### TASK DIRECTIONS
Search the entries for the word "IFCPRODUCTDEFINITIONSHAPE" and copy each line that has it.

### EXERCISE DATA
═══

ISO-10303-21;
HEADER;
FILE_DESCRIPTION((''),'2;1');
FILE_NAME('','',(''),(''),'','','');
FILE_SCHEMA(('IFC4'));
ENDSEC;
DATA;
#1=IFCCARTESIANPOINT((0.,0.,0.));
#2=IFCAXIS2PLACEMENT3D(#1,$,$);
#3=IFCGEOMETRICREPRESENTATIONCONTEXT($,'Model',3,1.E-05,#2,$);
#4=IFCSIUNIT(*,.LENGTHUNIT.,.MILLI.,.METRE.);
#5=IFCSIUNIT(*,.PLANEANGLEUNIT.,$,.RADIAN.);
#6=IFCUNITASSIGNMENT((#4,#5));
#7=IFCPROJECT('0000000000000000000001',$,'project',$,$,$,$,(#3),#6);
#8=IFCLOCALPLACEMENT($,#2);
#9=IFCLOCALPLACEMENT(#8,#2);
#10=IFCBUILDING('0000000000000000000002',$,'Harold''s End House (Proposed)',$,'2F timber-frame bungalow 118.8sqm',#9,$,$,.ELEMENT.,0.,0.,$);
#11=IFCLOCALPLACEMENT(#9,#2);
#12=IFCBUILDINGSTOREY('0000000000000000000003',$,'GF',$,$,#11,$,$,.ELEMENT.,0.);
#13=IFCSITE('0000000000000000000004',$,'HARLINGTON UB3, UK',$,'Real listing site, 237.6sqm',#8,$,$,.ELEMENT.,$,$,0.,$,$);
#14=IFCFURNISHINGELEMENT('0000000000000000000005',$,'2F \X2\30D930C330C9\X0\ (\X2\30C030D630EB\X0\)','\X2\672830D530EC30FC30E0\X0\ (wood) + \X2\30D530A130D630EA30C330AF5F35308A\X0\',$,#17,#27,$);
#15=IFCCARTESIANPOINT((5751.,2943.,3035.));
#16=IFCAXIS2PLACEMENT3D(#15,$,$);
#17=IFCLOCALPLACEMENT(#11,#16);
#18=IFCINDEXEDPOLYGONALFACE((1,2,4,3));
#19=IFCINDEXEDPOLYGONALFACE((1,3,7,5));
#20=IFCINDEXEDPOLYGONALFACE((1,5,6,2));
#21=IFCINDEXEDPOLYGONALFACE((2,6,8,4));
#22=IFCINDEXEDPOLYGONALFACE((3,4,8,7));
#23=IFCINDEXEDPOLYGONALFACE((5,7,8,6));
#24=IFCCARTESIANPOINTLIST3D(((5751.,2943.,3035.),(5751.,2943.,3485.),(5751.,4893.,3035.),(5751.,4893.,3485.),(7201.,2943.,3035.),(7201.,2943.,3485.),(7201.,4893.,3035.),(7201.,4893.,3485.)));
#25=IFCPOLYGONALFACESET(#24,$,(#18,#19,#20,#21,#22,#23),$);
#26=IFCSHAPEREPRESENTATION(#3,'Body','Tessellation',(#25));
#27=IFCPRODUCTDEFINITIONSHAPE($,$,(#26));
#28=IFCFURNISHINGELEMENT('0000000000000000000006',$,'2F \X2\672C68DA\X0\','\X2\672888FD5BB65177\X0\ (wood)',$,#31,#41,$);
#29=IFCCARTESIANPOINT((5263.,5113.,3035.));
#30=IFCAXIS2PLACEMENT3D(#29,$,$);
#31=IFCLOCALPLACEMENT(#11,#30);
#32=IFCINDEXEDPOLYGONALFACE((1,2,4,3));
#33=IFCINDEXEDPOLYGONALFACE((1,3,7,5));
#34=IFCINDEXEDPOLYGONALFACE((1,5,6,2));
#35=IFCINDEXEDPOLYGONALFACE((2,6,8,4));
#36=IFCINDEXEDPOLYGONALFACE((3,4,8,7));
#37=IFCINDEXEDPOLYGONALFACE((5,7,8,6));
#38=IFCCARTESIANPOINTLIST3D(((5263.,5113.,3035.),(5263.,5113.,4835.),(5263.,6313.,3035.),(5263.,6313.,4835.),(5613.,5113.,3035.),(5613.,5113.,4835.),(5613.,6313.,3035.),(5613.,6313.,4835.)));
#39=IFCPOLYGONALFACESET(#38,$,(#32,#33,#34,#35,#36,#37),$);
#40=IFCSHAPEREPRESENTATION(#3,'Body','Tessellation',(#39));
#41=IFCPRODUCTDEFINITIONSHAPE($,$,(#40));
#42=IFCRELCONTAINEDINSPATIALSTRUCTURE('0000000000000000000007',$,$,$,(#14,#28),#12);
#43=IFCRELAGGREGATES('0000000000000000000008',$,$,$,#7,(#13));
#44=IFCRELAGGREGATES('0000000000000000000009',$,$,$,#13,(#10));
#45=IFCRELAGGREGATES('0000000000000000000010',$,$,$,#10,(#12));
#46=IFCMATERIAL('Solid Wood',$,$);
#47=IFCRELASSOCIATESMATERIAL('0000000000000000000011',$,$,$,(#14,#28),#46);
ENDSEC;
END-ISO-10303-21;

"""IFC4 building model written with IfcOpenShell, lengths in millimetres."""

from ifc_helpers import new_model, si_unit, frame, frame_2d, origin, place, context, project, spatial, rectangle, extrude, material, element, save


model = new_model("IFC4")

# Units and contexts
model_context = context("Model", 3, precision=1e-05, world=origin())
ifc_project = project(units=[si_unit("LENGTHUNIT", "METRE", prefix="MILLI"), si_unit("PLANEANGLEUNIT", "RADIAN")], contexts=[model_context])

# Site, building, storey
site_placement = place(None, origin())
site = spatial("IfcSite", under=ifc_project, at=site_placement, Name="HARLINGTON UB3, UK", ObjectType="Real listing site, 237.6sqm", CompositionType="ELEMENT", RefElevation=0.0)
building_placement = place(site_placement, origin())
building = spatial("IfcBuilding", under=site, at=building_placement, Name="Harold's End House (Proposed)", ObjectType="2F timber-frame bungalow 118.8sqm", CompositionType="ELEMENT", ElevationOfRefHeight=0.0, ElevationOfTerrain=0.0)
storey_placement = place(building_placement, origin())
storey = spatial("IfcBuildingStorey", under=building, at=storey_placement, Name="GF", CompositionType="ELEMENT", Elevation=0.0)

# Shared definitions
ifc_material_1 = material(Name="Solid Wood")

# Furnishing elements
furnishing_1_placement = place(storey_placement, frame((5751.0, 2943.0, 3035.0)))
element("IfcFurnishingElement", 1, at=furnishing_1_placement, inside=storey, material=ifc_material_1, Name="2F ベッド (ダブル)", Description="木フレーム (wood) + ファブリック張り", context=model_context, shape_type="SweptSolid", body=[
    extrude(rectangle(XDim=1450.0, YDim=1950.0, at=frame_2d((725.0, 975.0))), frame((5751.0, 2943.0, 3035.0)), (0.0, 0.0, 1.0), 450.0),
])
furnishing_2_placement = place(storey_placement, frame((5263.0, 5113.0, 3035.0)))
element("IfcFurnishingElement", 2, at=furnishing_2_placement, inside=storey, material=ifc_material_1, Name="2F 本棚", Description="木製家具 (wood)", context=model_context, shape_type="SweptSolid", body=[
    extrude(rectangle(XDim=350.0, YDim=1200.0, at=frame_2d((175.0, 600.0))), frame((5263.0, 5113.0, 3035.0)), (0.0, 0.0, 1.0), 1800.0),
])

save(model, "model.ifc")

═══

### COMPLETED TASK
#27=IFCPRODUCTDEFINITIONSHAPE($,$,(#26));
#41=IFCPRODUCTDEFINITIONSHAPE($,$,(#40));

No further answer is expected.